La memoria condivisa non esiste, è una forzatura, perché
ognuno avrà la sua sensibilità, la sua eredità, la sua visione delle cose,
della storia. Le vicende della seconda guerra mondiale che
poi in parte furono anche una conseguenza della prima guerra mondiale, che
letteralmente hanno martoriato questo Territorio, continuano non solo a
dividere ma a creare semplicemente imbarazzo. Nella prima guerra mondiale ci
furono emigrazioni prima verso le terre austriache, da parte del popolo che
fuggiva all'aggressore italiano e poi verso le terre italiane, quando questa
fetta di territorio venne conquistata dal Regno d'Italia e dopo la disfatta di
Caporetto i "regnicoli" furono costretti a trovare riparo nelle terre
del Sud. Migrazioni e campi di prigionia che nella seconda guerra mondiale
assunsero connotazioni diverse, perché con l'Italia succursale della Germana
nazista, si subirono le deportazioni e la soppressione di ebrei, oppositori
politici, principalmente nel monfalconese, antifascisti, e tutti i
"diversi" che non meritavano più di essere considerati come esseri
umani degne di esistere. Non ci furono dunque solo gli ebrei e nel monfalconese
i deportati politici furono centinaia e tanti, la maggior parte se non la
totalità e purtroppo tanti non fecero
ritorno. Nel corso della storia vi è stata una evoluzione monumentale su come
ricordare questi eventi, questi atti criminali, come ricordare anche le singole
individualità, le singole persone. Dalle lapidi, agli ossari, dai cippi, ad
opere monumentali imponenti, per arrivare nel 2010 anche in Italia al monumento
diffuso e partecipato noto come pietre d'inciampo ideato e realizzato
dall’artista tedesco Gunter Demnig in memoria di cittadini deportati nei campi
di sterminio nazisti.

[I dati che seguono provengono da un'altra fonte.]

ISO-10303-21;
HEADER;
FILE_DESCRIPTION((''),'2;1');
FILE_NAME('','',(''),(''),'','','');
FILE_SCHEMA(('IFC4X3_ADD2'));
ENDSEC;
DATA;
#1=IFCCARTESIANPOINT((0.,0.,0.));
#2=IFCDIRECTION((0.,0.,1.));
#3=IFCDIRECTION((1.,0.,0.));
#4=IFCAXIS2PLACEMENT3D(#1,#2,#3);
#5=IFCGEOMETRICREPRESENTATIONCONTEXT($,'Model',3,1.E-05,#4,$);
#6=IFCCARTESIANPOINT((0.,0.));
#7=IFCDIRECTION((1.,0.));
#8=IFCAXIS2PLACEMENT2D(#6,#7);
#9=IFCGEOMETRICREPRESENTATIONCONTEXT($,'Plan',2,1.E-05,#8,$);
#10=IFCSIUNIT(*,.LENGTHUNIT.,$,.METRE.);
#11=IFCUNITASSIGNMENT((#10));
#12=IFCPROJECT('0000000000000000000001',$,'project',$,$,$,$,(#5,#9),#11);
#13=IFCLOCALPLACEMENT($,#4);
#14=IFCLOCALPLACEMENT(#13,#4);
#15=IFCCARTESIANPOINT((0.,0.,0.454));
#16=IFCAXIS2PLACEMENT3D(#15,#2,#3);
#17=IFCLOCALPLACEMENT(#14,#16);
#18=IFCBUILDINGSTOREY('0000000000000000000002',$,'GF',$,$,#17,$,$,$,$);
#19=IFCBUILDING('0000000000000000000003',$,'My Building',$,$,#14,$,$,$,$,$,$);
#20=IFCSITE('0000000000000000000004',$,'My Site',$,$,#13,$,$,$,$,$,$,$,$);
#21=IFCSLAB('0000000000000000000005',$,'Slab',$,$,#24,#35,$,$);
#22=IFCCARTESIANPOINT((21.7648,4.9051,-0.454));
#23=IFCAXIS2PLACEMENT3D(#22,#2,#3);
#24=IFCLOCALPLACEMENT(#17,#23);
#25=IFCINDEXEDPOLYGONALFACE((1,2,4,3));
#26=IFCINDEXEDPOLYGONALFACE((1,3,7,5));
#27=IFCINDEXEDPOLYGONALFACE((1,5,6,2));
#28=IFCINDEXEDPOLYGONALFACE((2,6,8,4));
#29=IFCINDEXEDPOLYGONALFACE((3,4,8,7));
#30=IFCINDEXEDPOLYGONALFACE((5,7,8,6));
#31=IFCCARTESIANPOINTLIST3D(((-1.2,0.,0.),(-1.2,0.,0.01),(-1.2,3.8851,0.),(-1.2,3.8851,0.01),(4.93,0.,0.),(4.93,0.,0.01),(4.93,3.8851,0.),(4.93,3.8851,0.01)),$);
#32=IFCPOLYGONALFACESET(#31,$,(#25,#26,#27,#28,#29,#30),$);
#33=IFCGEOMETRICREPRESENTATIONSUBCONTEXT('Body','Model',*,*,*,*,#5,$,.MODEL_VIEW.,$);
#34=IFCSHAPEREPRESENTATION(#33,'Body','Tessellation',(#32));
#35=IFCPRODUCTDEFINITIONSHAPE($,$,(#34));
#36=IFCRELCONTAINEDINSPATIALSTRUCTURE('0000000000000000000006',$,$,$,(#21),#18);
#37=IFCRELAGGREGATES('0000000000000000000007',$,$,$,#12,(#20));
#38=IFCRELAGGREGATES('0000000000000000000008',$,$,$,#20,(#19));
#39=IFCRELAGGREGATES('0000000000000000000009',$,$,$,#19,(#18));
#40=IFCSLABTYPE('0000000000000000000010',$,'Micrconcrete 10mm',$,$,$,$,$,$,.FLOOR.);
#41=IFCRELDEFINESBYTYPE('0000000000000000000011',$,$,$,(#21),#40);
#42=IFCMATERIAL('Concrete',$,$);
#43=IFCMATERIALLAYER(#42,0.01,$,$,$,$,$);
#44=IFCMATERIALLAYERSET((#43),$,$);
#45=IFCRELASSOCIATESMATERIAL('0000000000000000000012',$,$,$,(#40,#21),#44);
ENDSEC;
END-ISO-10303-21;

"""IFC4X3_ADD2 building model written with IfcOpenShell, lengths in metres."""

from ifc_helpers import new_model, si_unit, frame, origin_with_axes, origin_2d_with_axis, place, context, subcontext, project, spatial, line, indexed_curve, outline, extrude, material, layer, layer_set, layer_usage, type_object, element, save


model = new_model("IFC4X3_ADD2")

# Units and contexts
model_context = context("Model", 3, precision=1e-05, world=origin_with_axes())
plan_context = context("Plan", 2, precision=1e-05, world=origin_2d_with_axis())
body_context = subcontext(model_context, "Body", "Model", "MODEL_VIEW")
ifc_project = project(units=[si_unit("LENGTHUNIT", "METRE")], contexts=[model_context, plan_context])

# Site, building, storey
site_placement = place(None, origin_with_axes())
site = spatial("IfcSite", under=ifc_project, at=site_placement, Name="My Site")
building_placement = place(site_placement, origin_with_axes())
building = spatial("IfcBuilding", under=site, at=building_placement, Name="My Building")
storey_placement = place(building_placement, frame((0.0, 0.0, 0.454), z_axis=(0.0, 0.0, 1.0), x_axis=(1.0, 0.0, 0.0)))
storey = spatial("IfcBuildingStorey", under=building, at=storey_placement, Name="GF")

# Shared definitions
ifc_material_1 = material(Name="Concrete")

# Slab
ifc_layer_1 = layer(ifc_material_1, 0.01)
ifc_layer_set_1 = layer_set([ifc_layer_1])
ifc_layer_usage_1 = layer_usage(ifc_layer_set_1, "AXIS3", "POSITIVE", 0.0)
slab_type = type_object("IfcSlabType", Name="Micrconcrete 10mm", PredefinedType="FLOOR", material=ifc_layer_set_1)
slab_placement = place(storey_placement, frame((21.7648, 4.9051, -0.454), z_axis=(0.0, 0.0, 1.0), x_axis=(1.0, 0.0, 0.0)))
element("IfcSlab", 1, at=slab_placement, inside=storey, type_object=slab_type, material=ifc_layer_usage_1, Name="Slab", context=body_context, shape_type="SweptSolid", body=[
    extrude(outline(indexed_curve([(-1.2, 3.8851), (4.93, 3.8851), (4.93, 0.0), (-1.2, 0.0)], segments=[line(4, 1), line(1, 2), line(2, 3), line(3, 4)], self_intersect=False)), None, (0.0, 0.0, 1.0), 0.01),
])

save(model, "model.ifc")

L’iniziativa è partita nel 1995, a Colonia. In tutta
Europa oggi si contano più di 27mila “pietre” in Germania, Austria, Ungheria,
Ucraina, Cecoslovacchia, Polonia, Paesi Bassi e anche in Italia. E le prime
pietre d'inciampo poste a Colonia non riguardarono gli ebrei ma mille tra Sinti
e Rom deportati nel maggio del 1944, a significare la pluralità della memoria.
A Monfalcone negli anni si è resuscitata l’anacronistica
valorizzazione di D’Annunzio per celebrare la presa di Fiume. Atto però che fu
eversivo, e portò alla morte anche di Carabinieri ed Alpini che agirono per
conto del Regno d’Italia per liberare Fiume dagli occupanti dannunziani.
Mentre, si è assopita la valorizzazione della memoria storica antifascista, si continuano a trovare appigli per dire no all’intitolazione del piazzale della
stazione di Monfalcone a Giordano Pratolongo, deputato della costituente, aggredito
da fascisti a Monfalcone, le cui conseguenze lo porteranno alla morte
prematura. Non si riescono a ricordare con cippi i disertori o
gli antifascisti, Giuseppe Nicolausig e
Dioniso Rizzardini operai uccisi in via 9 Giugno la sera del 7 ottobre 1921 per
mano di fascisti e via discorrendo in quella che è sempre e la solita storia degli ultimi anni di queste parti.